By definition, entry i, j in a confusion matrix is the number of observations actually in group i, but predicted to be in group j. Here is an example:

In [4]:
from sklearn.metrics import confusion_matrix
y_true = [2, 0, 2, 2, 0, 1]
y_pred = [0, 0, 2, 2, 0, 2]
confusion_matrix(y_true, y_pred)

array([[2, 0, 0],
       [0, 0, 1],
       [1, 0, 2]])

In [5]:
y_true = [0, 0, 0, 1, 1, 1, 1, 1]
y_pred = [0, 1, 0, 1, 0, 1, 0, 1]
tn, fp, fn, tp = confusion_matrix(y_true, y_pred).ravel()
tn, fp, fn, tp


(2, 1, 2, 3)

#### Classification Report

The classification_report function builds a text report showing the main classification metrics. Here is a small example with custom target_names and inferred labels:

In [6]:
from sklearn.metrics import classification_report
y_true = [0, 1, 2, 2, 0]
y_pred = [0, 0, 2, 1, 0]
target_names = ['class 0', 'class 1', 'class 2']
print(classification_report(y_true, y_pred, target_names=target_names))

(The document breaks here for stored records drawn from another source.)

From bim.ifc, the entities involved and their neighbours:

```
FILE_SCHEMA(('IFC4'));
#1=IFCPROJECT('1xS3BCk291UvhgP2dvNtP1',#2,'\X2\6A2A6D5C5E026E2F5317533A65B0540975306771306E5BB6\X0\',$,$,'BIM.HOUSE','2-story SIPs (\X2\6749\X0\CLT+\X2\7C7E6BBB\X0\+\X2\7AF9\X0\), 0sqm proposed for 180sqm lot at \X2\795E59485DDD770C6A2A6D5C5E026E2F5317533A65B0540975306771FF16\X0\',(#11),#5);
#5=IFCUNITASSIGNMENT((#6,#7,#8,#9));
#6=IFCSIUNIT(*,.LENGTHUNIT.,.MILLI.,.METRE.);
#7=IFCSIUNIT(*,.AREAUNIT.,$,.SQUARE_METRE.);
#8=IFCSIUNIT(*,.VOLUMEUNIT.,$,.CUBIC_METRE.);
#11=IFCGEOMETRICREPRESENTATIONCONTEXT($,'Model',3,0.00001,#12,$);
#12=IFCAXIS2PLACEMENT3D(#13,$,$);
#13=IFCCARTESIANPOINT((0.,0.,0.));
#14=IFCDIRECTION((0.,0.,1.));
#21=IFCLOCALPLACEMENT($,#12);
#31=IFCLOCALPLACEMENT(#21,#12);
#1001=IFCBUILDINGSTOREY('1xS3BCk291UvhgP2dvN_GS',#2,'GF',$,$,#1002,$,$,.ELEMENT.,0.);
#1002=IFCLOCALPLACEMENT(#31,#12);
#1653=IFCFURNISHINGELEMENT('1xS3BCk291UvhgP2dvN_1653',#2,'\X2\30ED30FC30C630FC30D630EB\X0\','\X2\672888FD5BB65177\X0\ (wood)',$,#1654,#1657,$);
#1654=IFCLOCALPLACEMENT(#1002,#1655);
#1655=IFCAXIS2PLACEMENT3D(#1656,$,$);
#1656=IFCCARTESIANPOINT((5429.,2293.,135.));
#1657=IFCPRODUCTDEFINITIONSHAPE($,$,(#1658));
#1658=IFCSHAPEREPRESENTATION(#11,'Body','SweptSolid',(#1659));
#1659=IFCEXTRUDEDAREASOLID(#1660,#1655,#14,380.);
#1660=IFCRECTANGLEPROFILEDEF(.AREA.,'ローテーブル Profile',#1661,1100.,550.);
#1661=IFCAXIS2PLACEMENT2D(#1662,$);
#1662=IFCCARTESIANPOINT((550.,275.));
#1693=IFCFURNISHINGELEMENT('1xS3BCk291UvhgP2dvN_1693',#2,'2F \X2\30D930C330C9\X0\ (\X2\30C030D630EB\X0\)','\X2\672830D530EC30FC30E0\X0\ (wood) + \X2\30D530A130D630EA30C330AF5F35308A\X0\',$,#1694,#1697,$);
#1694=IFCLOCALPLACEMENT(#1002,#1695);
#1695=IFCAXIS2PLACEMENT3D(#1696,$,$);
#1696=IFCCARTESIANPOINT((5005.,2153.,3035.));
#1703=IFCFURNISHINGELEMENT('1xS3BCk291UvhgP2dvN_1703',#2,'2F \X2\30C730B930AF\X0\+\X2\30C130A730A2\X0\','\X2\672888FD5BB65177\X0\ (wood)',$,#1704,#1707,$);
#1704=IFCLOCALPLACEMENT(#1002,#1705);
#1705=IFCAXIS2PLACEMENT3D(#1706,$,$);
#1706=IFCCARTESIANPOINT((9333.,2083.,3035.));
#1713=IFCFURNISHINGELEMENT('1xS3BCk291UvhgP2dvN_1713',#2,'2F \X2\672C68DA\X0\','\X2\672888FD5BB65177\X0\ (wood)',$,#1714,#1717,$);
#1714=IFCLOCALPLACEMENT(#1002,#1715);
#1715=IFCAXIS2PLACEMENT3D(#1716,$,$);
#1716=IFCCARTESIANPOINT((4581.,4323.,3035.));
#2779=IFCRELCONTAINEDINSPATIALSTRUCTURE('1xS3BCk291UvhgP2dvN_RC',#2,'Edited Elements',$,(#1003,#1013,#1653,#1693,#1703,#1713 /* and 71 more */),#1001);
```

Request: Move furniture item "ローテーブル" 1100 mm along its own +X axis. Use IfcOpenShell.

```python
import ifcopenshell
import ifcopenshell.api.geometry
import ifcopenshell.util.placement
import ifcopenshell.util.unit

model = ifcopenshell.open("bim.ifc")
unit_scale = ifcopenshell.util.unit.calculate_unit_scale(model)

item = model.by_guid("1xS3BCk291UvhgP2dvN_1653")
matrix = ifcopenshell.util.placement.get_local_placement(item.ObjectPlacement)
matrix[:3, 3] += matrix[:3, 0] * 1.1 / unit_scale
ifcopenshell.api.geometry.edit_object_placement(model, product=item, matrix=matrix, is_si=False)

print(ifcopenshell.util.placement.get_local_placement(item.ObjectPlacement).round(3) + 0.0)

model.write("bim-out.ifc")
```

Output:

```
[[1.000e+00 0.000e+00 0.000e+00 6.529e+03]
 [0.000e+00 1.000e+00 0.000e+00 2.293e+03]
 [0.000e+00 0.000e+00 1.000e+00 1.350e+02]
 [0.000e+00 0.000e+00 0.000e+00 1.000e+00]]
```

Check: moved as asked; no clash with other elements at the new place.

             precision    recall  f1-score   support

    class 0       0.67      1.00      0.80         2
    class 1       0.00      0.00      0.00         1
    class 2       1.00      0.50      0.67         2

avg / total       0.67      0.60      0.59         5



#### Dummy Estimators

This was an interesting choice to put this here, but it did not feel right in any of the other sections.

When doing supervised learning, a simple sanity check consists of comparing one’s estimator against simple rules of thumb. DummyClassifier implements several such simple strategies for classification:
* stratified generates random predictions by respecting the training set class distribution.
* most_frequent always predicts the most frequent label in the training set.
* prior always predicts the class that maximizes the class prior (like most_frequent) and predict_proba returns the class prior.
* uniform generates predictions uniformly at random.
* constant always predicts a constant label that is provided by the user. A major motivation of this method is F1-scoring, when the positive class is in the minority.

Note that with all these strategies, the predict method completely ignores the input data!
To illustrate DummyClassifier, first let’s create an imbalanced dataset:

In [7]:
from sklearn.datasets import load_iris
from sklearn.model_selection import train_test_split
iris = load_iris()
X, y = iris.data, iris.target
y[y != 1] = -1
X_train, X_test, y_train, y_test = train_test_split(X, y, random_state=0)

Now let's compare the SVC to the most_frequent

In [8]:
from sklearn.dummy import DummyClassifier
from sklearn.svm import SVC
clf = SVC(kernel='linear', C=1).fit(X_train, y_train)
clf.score(X_test, y_test) 



0.63157894736842102

In [9]:
clf = DummyClassifier(strategy='most_frequent',random_state=0)
clf.fit(X_train, y_train)

clf.score(X_test, y_test)  

0.57894736842105265

Right, we don't do much better! But with a simple kernel change:

In [10]:
clf = SVC(kernel='rbf', C=1).fit(X_train, y_train)
clf.score(X_test, y_test)  


0.97368421052631582

DummyRegressor also implements four simple rules of thumb for regression:
* mean always predicts the mean of the training targets.
* median always predicts the median of the training targets.
* quantile always predicts a user provided quantile of the training targets.
* constant always predicts a constant value that is provided by the user.